Let me back up. The cost problem didn’t start with agents. When Stanford’s CRFM released HELM in 2022, their per-model accounting showed API costs ranging from $85 for OpenAI’s code-cushman-001 to $10,926 for AI21’s J1-Jumbo (178B). Open models needed 540 to 4,200 GPU-hours, with BLOOM (176B) and OPT (175B) at the top end. Across HELM’s 30 models and 42 scenarios, the aggregate came to roughly $100,000. That was already a lot.

But here’s the kicker from Perlitz et al.’s analysis of EleutherAI’s Pythia checkpoints: developers pay for evaluation repeatedly during model development. Pythia released 154 checkpoints for each of 16 models spanning 8 sizes — that’s 2,464 checkpoints if you count each one. Running the LM Evaluation Harness across all those turns eval into a multiplier on training. For small models, evaluation becomes the dominant compute line item across the whole development cycle. When you scale inference-time compute, you scale evaluation costs.
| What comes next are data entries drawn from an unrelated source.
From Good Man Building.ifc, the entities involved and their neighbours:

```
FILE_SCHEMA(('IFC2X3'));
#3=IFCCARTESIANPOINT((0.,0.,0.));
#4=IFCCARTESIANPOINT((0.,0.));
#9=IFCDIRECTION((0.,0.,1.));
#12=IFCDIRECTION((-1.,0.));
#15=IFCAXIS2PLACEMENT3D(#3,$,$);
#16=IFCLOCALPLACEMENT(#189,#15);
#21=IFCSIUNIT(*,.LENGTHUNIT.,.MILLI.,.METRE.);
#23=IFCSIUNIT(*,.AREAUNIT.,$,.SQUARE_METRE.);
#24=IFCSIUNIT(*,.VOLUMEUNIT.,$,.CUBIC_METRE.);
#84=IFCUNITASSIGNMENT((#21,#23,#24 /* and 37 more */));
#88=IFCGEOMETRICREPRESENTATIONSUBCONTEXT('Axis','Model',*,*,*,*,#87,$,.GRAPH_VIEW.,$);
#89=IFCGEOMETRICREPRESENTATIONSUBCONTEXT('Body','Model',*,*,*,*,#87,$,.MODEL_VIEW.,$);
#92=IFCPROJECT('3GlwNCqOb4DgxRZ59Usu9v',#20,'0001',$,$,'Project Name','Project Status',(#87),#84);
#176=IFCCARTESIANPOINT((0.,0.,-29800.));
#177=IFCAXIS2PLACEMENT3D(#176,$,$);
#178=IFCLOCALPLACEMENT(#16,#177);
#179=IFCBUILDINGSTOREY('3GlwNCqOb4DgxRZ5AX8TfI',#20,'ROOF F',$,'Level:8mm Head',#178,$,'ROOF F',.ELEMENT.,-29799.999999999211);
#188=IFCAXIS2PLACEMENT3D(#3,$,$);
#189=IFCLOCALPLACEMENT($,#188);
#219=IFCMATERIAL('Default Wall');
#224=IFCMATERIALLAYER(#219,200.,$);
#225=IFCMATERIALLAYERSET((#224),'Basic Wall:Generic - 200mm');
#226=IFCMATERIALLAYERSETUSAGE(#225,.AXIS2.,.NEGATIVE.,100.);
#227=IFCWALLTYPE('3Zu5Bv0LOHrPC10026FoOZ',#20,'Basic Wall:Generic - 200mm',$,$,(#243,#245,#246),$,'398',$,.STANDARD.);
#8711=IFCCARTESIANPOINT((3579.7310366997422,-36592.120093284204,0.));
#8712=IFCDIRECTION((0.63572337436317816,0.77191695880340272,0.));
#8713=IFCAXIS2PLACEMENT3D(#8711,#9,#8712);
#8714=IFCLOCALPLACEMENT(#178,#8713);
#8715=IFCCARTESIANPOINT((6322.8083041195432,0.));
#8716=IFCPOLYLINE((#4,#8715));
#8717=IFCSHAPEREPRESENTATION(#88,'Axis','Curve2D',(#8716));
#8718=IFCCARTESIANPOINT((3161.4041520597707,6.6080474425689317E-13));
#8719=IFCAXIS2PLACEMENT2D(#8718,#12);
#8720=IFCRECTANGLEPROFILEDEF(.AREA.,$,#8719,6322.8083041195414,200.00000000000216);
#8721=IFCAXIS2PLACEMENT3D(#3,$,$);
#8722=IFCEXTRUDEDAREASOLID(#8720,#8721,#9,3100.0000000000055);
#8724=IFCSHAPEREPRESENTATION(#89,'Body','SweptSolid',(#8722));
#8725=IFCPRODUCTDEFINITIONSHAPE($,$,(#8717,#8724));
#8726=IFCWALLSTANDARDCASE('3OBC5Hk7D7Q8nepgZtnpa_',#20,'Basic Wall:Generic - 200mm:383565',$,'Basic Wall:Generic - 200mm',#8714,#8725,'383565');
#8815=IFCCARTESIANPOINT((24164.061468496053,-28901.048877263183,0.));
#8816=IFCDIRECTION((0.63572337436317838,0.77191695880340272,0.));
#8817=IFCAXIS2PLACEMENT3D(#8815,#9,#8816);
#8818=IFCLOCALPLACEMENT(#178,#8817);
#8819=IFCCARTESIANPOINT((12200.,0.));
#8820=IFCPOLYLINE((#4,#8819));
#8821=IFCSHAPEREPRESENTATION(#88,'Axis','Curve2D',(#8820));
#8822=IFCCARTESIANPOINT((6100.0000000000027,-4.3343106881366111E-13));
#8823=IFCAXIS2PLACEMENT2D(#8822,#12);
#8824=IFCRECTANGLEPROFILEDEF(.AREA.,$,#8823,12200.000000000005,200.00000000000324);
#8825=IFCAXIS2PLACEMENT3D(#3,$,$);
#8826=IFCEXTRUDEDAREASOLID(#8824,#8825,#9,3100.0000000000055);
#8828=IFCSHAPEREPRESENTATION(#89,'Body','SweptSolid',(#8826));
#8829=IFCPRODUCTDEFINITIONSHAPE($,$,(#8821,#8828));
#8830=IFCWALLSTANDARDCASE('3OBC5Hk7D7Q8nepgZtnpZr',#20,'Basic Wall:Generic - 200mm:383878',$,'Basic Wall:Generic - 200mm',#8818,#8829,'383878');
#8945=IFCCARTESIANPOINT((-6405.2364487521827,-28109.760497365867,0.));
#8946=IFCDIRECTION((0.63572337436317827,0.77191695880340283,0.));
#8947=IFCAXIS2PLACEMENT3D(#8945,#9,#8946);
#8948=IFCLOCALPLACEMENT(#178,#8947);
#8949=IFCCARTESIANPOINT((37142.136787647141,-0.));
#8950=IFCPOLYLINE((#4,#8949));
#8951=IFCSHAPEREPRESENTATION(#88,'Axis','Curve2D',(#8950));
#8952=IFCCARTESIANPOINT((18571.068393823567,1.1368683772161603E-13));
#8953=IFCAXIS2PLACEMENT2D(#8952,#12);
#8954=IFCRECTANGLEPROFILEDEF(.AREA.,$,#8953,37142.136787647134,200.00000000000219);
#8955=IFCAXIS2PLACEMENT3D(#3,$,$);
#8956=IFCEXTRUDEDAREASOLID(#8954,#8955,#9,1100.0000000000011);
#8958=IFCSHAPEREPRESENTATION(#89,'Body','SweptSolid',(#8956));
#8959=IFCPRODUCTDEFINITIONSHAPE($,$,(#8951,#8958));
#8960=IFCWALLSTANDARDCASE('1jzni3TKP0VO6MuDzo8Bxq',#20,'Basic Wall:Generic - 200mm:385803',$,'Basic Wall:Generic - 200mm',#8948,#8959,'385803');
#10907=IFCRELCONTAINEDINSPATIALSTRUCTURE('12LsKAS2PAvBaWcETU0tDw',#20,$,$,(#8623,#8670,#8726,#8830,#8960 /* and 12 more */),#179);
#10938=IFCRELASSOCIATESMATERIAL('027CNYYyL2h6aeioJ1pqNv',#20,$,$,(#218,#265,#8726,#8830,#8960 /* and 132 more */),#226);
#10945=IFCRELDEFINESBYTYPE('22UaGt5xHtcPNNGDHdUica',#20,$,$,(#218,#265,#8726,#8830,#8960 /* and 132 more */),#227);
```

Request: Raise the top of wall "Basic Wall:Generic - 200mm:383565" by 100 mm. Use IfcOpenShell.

```python
import ifcopenshell
import ifcopenshell.geom
import ifcopenshell.util.representation
import ifcopenshell.util.shape
import ifcopenshell.util.unit

model = ifcopenshell.open("Good Man Building.ifc")
unit_scale = ifcopenshell.util.unit.calculate_unit_scale(model)
settings = ifcopenshell.geom.settings()


def volume(element):
    """Net volume in cubic metres, openings subtracted."""
    shape = ifcopenshell.geom.create_shape(settings, element)
    return ifcopenshell.util.shape.get_volume(shape.geometry)


wall = model.by_guid("3OBC5Hk7D7Q8nepgZtnpa_")
before = volume(wall)

body = ifcopenshell.util.representation.get_representation(wall, "Model", "Body")
solid = body.Items[0]
old_height = solid.Depth
solid.Depth += 0.1 / unit_scale
after = volume(wall)

print(f"height {old_height:g} -> {solid.Depth:g}, volume {before:.3f} -> {after:.3f} m3")

model.write("Good Man Building_updated.ifc")
```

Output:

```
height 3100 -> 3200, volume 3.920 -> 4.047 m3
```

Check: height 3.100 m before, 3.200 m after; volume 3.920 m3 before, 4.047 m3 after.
What we learned from compressing static benchmarks

Perlitz et al. then asked how much of HELM actually carried the rankings. The result was striking: a 100× to 200× reduction in compute preserved nearly the same ordering. Flash-HELM turned that into a coarse-to-fine procedure: run cheap evaluations first, then spend high-resolution compute only on the top candidates. Much of HELM’s compute was confirming rankings the field could have inferred much more cheaply.
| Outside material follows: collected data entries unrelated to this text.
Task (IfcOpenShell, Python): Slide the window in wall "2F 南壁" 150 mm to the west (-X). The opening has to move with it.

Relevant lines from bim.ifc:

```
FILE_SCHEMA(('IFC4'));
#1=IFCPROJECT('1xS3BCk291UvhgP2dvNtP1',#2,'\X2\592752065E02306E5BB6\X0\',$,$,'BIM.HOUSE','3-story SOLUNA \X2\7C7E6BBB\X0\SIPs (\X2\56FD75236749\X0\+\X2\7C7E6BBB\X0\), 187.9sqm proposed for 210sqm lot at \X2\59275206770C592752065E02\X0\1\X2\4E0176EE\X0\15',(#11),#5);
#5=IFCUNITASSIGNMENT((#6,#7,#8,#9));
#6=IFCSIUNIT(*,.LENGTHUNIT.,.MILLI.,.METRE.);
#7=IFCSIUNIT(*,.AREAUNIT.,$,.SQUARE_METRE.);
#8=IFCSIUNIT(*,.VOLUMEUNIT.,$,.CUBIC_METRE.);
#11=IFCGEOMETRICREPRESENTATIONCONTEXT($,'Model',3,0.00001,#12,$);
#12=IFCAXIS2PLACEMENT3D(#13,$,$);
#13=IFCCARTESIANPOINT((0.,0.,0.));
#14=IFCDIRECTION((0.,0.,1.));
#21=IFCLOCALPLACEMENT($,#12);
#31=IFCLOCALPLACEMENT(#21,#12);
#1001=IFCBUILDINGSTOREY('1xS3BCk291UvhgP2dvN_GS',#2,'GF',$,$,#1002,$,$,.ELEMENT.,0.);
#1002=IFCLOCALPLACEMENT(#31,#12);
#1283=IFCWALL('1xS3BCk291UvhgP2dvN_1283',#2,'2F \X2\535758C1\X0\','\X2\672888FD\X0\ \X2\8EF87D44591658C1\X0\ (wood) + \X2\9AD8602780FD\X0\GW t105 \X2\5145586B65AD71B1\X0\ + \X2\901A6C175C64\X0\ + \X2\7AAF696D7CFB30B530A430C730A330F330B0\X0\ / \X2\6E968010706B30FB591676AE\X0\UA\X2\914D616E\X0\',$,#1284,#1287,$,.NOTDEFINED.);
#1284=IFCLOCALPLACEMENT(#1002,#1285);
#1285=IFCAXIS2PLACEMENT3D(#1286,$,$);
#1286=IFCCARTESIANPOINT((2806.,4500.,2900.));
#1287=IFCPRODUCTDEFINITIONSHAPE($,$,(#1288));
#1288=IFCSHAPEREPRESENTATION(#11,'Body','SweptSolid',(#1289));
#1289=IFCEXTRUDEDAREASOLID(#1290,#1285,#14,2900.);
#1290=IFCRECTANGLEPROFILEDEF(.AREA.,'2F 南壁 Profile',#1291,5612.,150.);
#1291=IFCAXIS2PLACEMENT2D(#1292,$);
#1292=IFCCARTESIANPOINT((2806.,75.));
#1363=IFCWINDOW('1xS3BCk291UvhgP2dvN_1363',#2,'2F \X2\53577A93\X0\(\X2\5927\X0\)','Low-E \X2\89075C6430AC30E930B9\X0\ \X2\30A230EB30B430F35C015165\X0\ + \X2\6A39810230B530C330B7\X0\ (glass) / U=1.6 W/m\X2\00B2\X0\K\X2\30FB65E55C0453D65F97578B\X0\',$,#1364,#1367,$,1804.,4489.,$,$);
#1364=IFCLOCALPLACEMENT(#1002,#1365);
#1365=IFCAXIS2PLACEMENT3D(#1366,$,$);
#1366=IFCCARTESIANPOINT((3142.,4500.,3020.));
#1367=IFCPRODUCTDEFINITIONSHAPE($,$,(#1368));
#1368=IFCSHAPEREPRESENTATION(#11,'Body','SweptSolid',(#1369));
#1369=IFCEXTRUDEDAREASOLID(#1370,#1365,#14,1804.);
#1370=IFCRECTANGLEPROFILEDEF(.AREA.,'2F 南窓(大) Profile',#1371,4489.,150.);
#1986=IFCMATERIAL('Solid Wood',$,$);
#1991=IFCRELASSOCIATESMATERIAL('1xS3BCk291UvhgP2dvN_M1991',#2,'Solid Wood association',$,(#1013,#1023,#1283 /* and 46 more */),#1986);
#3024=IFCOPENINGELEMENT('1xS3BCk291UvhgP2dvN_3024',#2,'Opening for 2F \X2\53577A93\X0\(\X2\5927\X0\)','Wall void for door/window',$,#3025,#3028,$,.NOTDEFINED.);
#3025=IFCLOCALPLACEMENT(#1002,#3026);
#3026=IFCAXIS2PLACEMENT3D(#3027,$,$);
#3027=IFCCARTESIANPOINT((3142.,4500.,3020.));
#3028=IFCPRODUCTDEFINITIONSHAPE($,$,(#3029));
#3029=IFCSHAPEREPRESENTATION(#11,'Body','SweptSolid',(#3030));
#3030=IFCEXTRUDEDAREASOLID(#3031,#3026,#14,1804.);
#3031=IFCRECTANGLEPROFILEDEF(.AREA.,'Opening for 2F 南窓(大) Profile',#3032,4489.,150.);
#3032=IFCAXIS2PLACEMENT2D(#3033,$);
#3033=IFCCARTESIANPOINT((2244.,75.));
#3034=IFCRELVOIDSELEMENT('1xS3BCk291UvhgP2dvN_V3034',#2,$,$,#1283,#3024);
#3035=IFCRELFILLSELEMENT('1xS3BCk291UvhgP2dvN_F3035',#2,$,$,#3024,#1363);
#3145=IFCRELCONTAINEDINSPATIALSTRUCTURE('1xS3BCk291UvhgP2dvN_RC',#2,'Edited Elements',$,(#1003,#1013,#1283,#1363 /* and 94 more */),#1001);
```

```python
import ifcopenshell
import ifcopenshell.api.geometry
import ifcopenshell.util.placement
import ifcopenshell.util.unit

model = ifcopenshell.open("bim.ifc")
unit_scale = ifcopenshell.util.unit.calculate_unit_scale(model)

window = model.by_id(1363)
opening = window.FillsVoids[0].RelatingOpeningElement
wall = opening.VoidsElements[0].RelatingBuildingElement

wall_matrix = ifcopenshell.util.placement.get_local_placement(wall.ObjectPlacement)
shift = wall_matrix[:3, 0] * -0.15 / unit_scale
before = ifcopenshell.util.placement.get_local_placement(window.ObjectPlacement)[:3, 3].copy()

# The window is not placed relative to its opening, so move both.
for product in (opening, window):
    matrix = ifcopenshell.util.placement.get_local_placement(product.ObjectPlacement)
    matrix[:3, 3] += shift
    ifcopenshell.api.geometry.edit_object_placement(model, product=product, matrix=matrix, is_si=False)

after = ifcopenshell.util.placement.get_local_placement(window.ObjectPlacement)[:3, 3]
print("window moved by", (after - before).round(3) + 0.0)

model.write("bim_v2.ifc")
```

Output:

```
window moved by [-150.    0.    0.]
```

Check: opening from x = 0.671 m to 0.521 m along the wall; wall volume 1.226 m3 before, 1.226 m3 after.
Other work reached the same conclusion. tinyBenchmarks compressed MMLU from 14,000 items to 100 anchor items at about 2% error using Item Response Theory. The Open LLM Leaderboard collapsed from 29,000 examples to 180. Anchor Points showed that as few as 1 to 30 examples could rank-order 87 language-model/prompt pairs on GLUE. Static benchmarks had a weakness you could exploit: model differences often concentrate in a small subset of items, so ranking can survive aggressive subsampling.

That trick weakened sharply once benchmarks moved from static predictions to agents.

Agent evals are a different beast

HAL’s headline cost is $40,000 for 21,730 rollouts across 9 models and 9 benchmarks. By April 2026, the leaderboard had grown to 26,597 rollouts. Behind that aggregate, the cost of a single benchmark run varies by four orders of magnitude across HAL tasks, and by three orders within some individual benchmarks.

Behind these numbers is a blunt pricing fact. Claude Opus 4.1 charges $15 per million input tokens and $75 per million output. Gemini 2.0 Flash charges $0.10 and $0.40 — a two-order-of-magnitude spread on input alone. Agent benchmarks rarely benchmark “the model” in isolation. They benchmark a model × scaffold × token-budget product, and small scaffold choices can multiply costs 10×.

Worse, higher spend does not reliably buy better results. On Online Mind2Web, Browser-Use with Claude Sonnet 4 cost $1,577 for 40% accuracy. SeeAct with GPT-5 Medium hit 42% for $171. The HAL paper notes “a 9× difference in cost despite just a two-percentage-point difference in accuracy.” On GAIA, an HAL Generalist with o3 Medium cost $2,828 for 28.5% accuracy, while a different agent hit 57.6% for $1,686. CLEAR finds across 6 SOTA agents on 300 enterprise tasks that “accuracy-optimal configurations cost 4.4 to 10.8× more than Pareto-efficient alternatives” with comparable real-world performance.

Scientific ML isn’t immune either

In scientific ML, The Well costs about 960 H100-hours to evaluate one new architecture and 3,840 H100-hours for a full four-baseline sweep. Training-in-the-loop benchmarks are expensive by construction, and when you try to add reliability to these evals, repeated runs further multiply the cost.

What this means

We’re entering a phase where evaluation costs are becoming the gating factor for AI research. The compression techniques that worked for static benchmarks don’t transfer to agent benchmarks, which are noisy, scaffold-sensitive, and only partly compressible. The field needs new approaches — either better caching strategies, more efficient evaluation protocols, or a fundamental rethinking of what “evaluation” means in an agentic world.

For now, if you’re not working at a place with deep pockets or significant GPU reserves, you’re effectively locked out of rigorous agent evaluation. That’s a problem that won’t solve itself.